## Work instructions:
Filter the entries, keeping every line with the word "IFCEXTRUDEDAREASOLID".

Dataset entries:
-------

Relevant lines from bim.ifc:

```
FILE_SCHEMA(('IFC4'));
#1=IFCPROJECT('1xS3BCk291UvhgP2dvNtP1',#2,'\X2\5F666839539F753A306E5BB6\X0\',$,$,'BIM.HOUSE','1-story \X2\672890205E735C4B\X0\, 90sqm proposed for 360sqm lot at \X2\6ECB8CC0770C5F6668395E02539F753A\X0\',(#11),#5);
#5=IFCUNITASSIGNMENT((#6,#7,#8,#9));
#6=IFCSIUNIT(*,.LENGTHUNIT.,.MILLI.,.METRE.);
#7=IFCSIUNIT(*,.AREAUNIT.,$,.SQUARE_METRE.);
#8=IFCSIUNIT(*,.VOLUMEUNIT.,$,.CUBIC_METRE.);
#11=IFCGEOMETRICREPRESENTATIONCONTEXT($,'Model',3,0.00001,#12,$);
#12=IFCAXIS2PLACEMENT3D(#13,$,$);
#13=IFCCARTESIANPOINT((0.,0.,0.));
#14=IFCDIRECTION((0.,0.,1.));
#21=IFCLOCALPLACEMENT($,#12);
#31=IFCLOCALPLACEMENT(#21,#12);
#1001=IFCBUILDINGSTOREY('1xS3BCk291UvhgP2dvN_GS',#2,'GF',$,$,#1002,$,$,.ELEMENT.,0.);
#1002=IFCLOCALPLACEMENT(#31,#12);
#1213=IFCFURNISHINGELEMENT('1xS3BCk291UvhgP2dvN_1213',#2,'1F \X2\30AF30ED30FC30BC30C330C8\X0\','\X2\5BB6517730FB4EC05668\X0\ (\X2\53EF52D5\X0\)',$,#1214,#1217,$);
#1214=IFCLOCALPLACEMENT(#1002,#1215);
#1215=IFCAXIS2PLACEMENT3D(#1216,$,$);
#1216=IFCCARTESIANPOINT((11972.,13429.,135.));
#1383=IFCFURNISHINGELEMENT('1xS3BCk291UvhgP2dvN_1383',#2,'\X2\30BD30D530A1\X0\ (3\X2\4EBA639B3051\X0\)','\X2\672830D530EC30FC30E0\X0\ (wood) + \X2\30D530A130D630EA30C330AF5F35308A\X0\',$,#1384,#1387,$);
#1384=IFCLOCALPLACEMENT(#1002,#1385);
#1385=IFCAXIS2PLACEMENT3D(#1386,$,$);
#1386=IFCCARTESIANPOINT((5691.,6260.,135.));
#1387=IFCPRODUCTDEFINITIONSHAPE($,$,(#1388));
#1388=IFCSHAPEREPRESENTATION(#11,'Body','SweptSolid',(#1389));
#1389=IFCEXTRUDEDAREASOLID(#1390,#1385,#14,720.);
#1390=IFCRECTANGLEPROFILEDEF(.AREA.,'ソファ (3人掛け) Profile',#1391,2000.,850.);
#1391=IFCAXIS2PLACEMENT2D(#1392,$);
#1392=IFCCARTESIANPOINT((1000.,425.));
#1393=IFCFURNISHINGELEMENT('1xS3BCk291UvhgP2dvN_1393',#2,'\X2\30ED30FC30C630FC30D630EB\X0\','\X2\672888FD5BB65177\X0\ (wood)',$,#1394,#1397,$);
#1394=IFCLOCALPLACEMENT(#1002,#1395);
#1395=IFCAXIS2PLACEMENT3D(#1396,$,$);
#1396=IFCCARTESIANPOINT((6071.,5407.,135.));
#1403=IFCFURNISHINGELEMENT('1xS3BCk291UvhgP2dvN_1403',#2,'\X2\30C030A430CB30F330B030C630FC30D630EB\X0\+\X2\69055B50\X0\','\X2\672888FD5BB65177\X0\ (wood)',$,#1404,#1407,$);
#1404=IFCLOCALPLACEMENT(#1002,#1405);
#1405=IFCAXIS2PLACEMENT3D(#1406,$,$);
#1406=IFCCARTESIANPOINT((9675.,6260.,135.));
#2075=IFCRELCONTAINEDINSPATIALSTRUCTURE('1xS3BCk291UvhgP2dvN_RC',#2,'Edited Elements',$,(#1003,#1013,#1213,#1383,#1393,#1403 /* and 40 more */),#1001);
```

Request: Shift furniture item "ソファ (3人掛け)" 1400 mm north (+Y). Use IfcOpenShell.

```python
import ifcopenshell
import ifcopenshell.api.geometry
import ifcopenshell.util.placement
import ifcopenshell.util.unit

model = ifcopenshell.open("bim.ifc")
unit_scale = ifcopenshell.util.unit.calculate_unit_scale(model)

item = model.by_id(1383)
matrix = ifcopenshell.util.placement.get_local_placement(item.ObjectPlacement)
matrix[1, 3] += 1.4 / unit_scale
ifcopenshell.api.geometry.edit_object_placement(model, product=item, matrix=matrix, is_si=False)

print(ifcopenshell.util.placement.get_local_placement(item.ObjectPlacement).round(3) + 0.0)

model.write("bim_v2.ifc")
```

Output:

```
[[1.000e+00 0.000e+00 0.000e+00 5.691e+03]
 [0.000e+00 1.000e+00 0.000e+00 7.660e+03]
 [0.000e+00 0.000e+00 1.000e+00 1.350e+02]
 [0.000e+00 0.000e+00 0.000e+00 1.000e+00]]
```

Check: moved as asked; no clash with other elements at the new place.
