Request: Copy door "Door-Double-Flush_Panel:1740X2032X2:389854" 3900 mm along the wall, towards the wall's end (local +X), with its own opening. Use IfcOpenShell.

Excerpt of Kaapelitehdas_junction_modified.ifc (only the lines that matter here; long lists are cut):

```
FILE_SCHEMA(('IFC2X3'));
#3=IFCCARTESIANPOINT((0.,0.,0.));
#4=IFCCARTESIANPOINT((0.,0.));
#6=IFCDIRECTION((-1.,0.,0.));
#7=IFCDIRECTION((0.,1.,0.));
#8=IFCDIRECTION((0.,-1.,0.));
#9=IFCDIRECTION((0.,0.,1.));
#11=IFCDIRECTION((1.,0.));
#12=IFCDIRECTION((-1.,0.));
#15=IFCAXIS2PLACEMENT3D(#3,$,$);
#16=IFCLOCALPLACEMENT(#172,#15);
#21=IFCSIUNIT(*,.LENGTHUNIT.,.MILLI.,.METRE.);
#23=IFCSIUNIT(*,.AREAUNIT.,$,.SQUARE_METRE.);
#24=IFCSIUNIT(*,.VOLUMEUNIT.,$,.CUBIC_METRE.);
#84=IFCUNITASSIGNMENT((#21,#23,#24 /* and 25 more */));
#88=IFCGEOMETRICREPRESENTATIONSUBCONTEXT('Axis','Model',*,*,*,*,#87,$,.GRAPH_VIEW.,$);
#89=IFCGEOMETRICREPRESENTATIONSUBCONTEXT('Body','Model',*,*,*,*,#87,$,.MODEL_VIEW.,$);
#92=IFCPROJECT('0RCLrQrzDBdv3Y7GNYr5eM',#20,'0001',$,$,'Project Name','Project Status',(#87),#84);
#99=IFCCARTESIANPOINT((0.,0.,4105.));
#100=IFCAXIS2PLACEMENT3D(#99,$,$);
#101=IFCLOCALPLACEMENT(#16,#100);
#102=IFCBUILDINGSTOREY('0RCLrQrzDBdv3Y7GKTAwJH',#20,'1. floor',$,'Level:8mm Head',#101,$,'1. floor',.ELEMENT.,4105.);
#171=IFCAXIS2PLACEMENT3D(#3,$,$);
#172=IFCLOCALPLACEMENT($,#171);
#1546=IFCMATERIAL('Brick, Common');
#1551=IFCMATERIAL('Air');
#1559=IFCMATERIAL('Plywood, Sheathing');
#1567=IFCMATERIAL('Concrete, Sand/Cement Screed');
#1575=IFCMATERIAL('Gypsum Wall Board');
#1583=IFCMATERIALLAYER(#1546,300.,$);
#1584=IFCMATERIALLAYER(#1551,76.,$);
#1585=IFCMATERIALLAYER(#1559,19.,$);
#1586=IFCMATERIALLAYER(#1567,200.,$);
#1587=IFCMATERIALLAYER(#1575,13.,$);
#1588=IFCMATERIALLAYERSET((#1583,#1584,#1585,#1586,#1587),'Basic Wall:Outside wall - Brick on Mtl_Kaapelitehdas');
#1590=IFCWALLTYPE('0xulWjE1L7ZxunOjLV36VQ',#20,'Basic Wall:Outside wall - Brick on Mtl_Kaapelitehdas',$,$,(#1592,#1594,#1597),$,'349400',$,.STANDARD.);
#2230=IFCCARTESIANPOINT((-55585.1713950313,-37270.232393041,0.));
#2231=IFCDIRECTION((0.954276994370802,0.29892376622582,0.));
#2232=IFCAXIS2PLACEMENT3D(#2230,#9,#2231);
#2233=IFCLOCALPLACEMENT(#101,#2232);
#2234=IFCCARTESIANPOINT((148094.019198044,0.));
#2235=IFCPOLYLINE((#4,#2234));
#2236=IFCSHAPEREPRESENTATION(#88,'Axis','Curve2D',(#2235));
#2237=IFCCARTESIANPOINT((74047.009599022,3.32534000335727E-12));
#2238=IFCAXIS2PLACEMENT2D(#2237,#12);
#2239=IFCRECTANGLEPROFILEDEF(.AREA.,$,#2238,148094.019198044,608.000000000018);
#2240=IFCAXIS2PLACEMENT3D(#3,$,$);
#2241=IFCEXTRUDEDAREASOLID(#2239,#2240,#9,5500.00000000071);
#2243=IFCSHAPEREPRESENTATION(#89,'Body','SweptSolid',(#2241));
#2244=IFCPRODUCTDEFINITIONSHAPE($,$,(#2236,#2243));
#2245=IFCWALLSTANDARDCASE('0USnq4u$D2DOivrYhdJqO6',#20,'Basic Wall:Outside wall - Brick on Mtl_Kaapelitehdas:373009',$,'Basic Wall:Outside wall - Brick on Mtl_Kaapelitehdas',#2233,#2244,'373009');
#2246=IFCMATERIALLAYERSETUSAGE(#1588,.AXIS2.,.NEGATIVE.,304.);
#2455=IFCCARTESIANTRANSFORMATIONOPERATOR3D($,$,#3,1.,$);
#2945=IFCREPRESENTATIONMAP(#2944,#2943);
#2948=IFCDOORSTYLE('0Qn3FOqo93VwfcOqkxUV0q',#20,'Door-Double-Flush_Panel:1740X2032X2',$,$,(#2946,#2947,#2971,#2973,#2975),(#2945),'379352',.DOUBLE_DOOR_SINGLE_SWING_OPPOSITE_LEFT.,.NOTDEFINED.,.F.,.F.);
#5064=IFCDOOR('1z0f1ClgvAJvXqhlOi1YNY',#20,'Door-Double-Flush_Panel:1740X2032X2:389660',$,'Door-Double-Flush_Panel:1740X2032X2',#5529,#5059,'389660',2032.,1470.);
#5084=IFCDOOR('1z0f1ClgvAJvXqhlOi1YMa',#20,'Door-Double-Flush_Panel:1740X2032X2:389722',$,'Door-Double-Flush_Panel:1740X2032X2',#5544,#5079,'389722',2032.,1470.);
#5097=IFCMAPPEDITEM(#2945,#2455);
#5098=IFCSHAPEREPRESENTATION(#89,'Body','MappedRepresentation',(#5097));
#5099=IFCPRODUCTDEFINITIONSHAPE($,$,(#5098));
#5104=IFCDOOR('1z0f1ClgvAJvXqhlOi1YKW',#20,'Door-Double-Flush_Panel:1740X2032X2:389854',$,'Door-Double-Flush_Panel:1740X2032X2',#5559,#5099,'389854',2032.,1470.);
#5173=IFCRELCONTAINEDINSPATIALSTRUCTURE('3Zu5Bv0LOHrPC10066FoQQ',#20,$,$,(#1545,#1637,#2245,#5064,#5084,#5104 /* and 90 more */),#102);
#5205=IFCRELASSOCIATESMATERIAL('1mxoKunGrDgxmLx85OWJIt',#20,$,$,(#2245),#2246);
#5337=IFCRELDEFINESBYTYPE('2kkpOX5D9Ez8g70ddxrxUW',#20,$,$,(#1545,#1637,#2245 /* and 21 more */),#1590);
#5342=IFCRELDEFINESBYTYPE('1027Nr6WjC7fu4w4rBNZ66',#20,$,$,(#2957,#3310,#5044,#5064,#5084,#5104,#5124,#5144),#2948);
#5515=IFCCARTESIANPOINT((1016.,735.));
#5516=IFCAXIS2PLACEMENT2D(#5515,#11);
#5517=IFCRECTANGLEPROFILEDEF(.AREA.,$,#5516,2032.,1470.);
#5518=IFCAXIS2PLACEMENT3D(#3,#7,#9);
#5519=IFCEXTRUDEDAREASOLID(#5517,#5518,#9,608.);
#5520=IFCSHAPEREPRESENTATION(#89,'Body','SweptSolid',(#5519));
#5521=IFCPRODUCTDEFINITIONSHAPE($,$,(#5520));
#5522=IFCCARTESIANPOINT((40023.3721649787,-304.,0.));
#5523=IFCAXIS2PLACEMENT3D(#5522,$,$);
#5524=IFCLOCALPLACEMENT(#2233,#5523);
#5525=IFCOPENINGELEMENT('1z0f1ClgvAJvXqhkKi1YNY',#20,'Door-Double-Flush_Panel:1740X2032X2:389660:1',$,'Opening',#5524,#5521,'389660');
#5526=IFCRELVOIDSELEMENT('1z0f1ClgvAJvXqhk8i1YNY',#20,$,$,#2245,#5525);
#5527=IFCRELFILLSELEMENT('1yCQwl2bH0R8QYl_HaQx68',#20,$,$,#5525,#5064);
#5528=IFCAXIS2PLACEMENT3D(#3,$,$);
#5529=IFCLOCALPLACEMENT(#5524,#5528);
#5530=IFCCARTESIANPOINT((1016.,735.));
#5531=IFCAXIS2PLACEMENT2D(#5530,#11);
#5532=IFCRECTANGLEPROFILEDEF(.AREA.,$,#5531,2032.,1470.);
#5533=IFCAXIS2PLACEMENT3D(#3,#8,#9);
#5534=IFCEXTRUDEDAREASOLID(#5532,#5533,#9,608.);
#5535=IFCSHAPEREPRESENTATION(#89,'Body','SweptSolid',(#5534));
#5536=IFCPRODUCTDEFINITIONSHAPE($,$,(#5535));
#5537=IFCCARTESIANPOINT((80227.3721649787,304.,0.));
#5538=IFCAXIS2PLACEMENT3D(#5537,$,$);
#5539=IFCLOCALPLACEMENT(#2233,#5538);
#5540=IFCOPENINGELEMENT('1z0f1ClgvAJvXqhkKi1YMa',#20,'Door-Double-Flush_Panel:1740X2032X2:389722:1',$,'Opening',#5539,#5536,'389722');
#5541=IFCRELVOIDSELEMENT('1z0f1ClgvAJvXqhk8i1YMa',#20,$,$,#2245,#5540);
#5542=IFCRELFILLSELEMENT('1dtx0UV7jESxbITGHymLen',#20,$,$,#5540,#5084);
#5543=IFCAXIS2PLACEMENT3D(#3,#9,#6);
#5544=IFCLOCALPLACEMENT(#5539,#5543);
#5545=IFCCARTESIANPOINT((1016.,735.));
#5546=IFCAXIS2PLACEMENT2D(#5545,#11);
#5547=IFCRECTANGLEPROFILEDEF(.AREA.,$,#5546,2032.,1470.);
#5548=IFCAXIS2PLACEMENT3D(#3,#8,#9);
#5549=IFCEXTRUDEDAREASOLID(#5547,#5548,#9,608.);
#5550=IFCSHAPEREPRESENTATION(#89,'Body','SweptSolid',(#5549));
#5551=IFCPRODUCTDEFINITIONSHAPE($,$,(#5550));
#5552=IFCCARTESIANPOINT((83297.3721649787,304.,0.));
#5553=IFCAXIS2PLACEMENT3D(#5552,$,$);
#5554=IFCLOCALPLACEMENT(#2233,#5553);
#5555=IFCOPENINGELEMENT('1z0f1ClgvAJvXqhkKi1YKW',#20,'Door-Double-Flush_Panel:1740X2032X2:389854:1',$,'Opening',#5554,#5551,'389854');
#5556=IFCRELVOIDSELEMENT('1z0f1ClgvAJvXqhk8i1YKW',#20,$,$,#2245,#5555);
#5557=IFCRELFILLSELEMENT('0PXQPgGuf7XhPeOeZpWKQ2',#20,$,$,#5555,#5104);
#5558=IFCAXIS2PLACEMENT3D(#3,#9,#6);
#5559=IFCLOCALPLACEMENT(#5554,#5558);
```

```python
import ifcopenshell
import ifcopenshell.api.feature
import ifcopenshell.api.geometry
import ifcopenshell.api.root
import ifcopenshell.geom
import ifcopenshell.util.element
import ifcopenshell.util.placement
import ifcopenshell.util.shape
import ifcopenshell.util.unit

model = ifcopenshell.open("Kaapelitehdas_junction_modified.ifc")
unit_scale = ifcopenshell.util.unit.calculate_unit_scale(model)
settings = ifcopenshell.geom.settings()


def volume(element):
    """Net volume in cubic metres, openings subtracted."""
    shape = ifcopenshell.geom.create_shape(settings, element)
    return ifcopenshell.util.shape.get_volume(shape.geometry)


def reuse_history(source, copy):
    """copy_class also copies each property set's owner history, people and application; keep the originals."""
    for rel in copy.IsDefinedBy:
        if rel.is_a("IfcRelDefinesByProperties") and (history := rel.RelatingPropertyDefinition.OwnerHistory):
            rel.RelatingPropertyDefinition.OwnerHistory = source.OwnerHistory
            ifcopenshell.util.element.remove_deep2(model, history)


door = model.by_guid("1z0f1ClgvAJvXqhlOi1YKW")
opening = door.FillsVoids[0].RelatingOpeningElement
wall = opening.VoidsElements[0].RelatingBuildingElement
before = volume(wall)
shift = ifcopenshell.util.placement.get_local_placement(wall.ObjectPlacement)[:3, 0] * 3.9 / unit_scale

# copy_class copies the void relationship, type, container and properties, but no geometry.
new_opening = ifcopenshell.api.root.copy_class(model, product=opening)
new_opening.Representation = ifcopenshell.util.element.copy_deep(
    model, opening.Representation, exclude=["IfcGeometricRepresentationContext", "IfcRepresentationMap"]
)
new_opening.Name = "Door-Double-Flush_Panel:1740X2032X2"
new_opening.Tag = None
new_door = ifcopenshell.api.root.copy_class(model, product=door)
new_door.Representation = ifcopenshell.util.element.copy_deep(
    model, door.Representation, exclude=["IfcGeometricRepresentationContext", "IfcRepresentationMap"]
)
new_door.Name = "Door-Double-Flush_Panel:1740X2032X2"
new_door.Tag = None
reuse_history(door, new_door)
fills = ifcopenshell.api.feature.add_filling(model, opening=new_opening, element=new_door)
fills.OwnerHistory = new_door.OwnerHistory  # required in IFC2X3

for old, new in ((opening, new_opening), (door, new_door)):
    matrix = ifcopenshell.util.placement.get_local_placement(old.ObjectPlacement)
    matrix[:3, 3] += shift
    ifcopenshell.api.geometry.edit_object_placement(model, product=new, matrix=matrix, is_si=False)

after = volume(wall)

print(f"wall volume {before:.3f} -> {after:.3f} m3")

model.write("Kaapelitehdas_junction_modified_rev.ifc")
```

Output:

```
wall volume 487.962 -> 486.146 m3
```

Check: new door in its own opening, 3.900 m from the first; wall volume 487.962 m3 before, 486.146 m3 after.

-------

## Exercise response:
#1389=IFCEXTRUDEDAREASOLID(#1390,#1385,#14,720.);
#2241=IFCEXTRUDEDAREASOLID(#2239,#2240,#9,5500.00000000071);
#5519=IFCEXTRUDEDAREASOLID(#5517,#5518,#9,608.);
#5534=IFCEXTRUDEDAREASOLID(#5532,#5533,#9,608.);
#5549=IFCEXTRUDEDAREASOLID(#5547,#5548,#9,608.);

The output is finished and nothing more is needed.